Return each line of the listing that contains the string "IFCLOCALPLACEMENT".
═══ Input material ═══
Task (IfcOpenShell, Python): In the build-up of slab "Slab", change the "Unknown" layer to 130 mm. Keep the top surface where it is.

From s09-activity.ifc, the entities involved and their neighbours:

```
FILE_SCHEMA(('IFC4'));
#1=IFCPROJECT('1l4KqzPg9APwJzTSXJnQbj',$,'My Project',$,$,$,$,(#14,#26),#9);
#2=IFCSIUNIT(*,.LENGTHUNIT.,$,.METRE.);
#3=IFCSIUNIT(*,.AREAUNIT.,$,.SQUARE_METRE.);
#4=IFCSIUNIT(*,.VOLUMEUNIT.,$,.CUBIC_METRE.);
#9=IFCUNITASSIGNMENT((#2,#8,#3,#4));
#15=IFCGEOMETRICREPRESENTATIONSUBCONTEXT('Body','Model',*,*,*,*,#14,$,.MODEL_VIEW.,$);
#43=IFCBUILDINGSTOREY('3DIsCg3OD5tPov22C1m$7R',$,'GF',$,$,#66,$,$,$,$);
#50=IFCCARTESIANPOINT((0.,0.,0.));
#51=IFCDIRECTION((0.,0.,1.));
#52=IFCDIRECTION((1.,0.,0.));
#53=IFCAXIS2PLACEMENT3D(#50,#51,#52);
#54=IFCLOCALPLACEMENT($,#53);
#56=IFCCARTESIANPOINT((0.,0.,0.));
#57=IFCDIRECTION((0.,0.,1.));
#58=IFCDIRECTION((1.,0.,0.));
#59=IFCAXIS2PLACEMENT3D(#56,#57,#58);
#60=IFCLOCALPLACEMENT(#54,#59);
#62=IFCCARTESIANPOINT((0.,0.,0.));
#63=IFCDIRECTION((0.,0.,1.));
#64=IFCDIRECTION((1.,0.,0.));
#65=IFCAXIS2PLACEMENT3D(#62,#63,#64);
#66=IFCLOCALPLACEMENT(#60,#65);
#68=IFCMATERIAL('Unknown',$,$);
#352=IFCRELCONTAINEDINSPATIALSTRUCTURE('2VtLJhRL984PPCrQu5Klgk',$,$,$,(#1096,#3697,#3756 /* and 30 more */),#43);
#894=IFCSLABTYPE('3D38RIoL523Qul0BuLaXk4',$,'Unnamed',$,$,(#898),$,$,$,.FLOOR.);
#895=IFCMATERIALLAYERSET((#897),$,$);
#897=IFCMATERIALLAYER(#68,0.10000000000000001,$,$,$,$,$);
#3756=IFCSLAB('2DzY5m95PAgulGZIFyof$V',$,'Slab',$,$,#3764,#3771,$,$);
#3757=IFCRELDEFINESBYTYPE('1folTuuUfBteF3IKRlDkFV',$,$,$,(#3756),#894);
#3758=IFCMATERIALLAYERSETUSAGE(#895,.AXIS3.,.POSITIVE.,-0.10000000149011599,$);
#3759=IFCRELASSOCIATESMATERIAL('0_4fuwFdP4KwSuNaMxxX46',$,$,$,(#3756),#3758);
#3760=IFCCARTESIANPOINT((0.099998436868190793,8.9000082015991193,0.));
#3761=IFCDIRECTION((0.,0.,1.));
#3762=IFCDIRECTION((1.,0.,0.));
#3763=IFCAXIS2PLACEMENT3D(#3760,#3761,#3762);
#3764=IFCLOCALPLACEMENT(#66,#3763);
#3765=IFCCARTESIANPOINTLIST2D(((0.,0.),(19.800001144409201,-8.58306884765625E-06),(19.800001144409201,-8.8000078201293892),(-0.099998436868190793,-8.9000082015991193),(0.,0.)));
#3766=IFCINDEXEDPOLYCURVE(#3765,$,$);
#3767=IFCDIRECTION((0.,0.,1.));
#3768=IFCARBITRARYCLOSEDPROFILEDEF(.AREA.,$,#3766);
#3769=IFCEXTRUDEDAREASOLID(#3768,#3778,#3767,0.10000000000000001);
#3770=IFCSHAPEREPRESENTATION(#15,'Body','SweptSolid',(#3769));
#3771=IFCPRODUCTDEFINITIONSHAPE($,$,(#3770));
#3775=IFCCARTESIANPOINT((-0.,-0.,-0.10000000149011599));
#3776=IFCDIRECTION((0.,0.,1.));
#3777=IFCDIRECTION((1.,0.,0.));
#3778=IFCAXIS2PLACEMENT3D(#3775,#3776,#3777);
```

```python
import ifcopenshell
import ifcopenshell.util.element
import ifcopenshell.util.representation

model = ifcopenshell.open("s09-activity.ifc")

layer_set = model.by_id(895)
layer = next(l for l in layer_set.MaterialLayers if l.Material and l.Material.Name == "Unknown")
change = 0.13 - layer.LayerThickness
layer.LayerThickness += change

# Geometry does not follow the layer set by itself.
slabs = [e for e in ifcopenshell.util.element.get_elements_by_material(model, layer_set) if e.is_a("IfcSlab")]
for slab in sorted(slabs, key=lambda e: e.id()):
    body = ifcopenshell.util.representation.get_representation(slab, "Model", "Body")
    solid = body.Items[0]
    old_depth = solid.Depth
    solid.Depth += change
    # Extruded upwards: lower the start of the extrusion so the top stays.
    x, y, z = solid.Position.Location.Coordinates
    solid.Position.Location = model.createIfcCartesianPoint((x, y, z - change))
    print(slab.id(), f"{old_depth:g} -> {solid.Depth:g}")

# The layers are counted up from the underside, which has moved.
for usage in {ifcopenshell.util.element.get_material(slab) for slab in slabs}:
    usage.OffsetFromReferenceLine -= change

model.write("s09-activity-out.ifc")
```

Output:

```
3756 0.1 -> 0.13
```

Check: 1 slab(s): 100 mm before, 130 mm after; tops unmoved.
═══
Expected output:
#54=IFCLOCALPLACEMENT($,#53);
#60=IFCLOCALPLACEMENT(#54,#59);
#66=IFCLOCALPLACEMENT(#60,#65);
#3764=IFCLOCALPLACEMENT(#66,#3763);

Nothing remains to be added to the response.